To our knowledge, no software tool exists that deploys generation technology in a
“generate-and-test” manner to evaluate the grammatical quality of student output. A
main reason is probably the fact that virtually all natural language generation systems
work in a best-first manner, i.e. they produce only one output sentence but not all
paraphrases. As it is not so easy to change the control structure of such a system, the
choice of generators is very limited.
Zamorano Mansilla's (2004) project is the only one that applies a sentence
generator (KPML; Bateman, 1997) to the recognition and diagnosis of writing errors
(“fill-in-the-blank” exercises, not sentence combining). Zock and Quint (2004) convert
an electronic dictionary into a drill tutor or exercise generator for Japanese. They
deploy a goal-driven, template-based sentence generator.

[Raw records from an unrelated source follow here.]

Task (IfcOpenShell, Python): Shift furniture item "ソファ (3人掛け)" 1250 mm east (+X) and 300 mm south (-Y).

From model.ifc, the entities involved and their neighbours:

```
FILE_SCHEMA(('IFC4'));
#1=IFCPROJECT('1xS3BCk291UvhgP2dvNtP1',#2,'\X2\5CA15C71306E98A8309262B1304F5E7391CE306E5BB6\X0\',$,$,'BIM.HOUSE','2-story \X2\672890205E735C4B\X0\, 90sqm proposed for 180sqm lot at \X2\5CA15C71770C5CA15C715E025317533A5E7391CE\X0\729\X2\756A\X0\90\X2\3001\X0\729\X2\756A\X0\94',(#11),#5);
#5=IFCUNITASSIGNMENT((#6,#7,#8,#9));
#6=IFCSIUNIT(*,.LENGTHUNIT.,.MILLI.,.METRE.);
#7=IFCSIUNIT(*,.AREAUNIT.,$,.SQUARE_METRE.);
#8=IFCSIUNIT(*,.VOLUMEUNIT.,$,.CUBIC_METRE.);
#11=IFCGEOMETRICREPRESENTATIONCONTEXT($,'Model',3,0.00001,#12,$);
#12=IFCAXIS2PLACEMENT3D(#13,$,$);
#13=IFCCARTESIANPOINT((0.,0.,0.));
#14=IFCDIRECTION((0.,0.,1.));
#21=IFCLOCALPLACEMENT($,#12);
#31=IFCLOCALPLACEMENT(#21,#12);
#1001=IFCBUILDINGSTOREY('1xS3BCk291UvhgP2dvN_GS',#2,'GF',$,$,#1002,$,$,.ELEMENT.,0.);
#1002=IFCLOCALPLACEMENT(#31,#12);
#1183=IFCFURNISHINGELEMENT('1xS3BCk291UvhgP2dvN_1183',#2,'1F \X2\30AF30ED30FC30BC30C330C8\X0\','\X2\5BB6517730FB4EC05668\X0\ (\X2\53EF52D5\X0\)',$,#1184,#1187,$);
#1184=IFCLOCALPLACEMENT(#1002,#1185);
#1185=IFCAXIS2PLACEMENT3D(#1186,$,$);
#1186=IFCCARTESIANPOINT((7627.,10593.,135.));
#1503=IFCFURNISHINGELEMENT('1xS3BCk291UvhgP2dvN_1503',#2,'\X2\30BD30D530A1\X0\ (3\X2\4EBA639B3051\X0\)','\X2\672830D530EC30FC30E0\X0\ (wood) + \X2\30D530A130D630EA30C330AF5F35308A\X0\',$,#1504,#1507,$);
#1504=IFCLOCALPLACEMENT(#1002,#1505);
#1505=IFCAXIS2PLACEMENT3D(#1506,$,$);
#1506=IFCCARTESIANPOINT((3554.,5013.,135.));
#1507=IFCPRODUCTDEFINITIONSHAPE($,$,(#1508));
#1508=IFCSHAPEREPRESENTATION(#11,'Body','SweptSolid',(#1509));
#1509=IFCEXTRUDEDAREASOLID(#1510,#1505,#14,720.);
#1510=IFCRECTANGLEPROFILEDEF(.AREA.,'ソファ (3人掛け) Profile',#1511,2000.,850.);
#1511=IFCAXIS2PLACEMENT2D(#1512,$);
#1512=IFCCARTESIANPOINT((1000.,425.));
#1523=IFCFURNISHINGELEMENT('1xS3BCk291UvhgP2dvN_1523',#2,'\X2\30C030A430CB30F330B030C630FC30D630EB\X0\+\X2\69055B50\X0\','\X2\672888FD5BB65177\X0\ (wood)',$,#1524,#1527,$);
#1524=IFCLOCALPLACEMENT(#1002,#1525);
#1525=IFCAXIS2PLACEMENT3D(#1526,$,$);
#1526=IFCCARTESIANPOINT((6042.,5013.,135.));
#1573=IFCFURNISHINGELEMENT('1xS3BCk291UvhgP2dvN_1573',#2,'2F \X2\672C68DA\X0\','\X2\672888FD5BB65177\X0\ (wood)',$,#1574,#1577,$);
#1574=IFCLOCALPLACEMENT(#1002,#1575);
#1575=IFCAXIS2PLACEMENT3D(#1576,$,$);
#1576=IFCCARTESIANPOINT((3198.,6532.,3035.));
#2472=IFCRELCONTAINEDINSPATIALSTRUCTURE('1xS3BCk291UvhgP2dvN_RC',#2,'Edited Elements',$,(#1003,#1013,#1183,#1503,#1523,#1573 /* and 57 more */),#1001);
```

```python
import ifcopenshell
import ifcopenshell.api.geometry
import ifcopenshell.util.placement
import ifcopenshell.util.unit

model = ifcopenshell.open("model.ifc")
unit_scale = ifcopenshell.util.unit.calculate_unit_scale(model)

item = model.by_guid("1xS3BCk291UvhgP2dvN_1503")
matrix = ifcopenshell.util.placement.get_local_placement(item.ObjectPlacement)
matrix[0, 3] += 1.25 / unit_scale
matrix[1, 3] -= 0.3 / unit_scale
ifcopenshell.api.geometry.edit_object_placement(model, product=item, matrix=matrix, is_si=False)

print(ifcopenshell.util.placement.get_local_placement(item.ObjectPlacement).round(3) + 0.0)

model.write("model_v2.ifc")
```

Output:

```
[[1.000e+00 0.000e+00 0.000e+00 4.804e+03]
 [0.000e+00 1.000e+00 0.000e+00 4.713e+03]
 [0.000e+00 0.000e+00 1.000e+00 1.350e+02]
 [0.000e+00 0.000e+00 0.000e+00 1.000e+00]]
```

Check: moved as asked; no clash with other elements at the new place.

Thus, the paraphrasing
options for the user are limited.
Loosely related to the topic is the field of automatic generation of narratives (cf.
STORYBOOK (Callaway, 2000), a narrative prose generation system retelling variants
of the same story, or Narrator (Theune et al., 2006)). However, these systems have no
user-dialog interface that lets the student build sentences.
6 Conclusions
Summing up, we developed a virtual writing conference based on generation
technology. We base feedback on the output of a natural language generation system
that provides all paraphrases. We apply parsing technology only in the teacher mode,
where it helps teachers to encode new stories in a simple manner.
Presently, we are making the Sentence Fairy “student-proof” in preparation for a
system evaluation with third/fourth-grade elementary schoolers. In the near future, we
will develop exercises concerning the conversion between direct and indirect speech.
We deemed such exercises highly desirable when we analyzed a corpus of
transliterated handwritten essays by 4th-graders.
In the longer run, we hope to develop a system capable of automatically generating
grammar instructions tailored to systematic errors in Sentence Fairy in an integrated
manner by starting grammar teaching exercises triggered by special errors (e.g., a
concrete malrule number) in the sentence combining exercises. PGW can run a
visualization mode for the sentence construction process (cf. the COMPASS system,
which does sentence combining for purely syntactically encoded trees (Harbusch et
al., 2007)). This system could be activated in a Sentence Fairy session. We would like
to evaluate the learning success of such a combined mode in order to prove the claim
by Mellon (1969), who has shown in empirical studies that writing instruction as well as
grammar teaching yield better results when trained in an integrated manner than when
trained in isolation.
Another direction in which we could expand the virtual writing conference idea is
L2-learning for learners of varying age. The kernel system could be more or less the
same. However, an appropriate surface system with elaborate motivation and grading
devices would have to be added to our first prototype.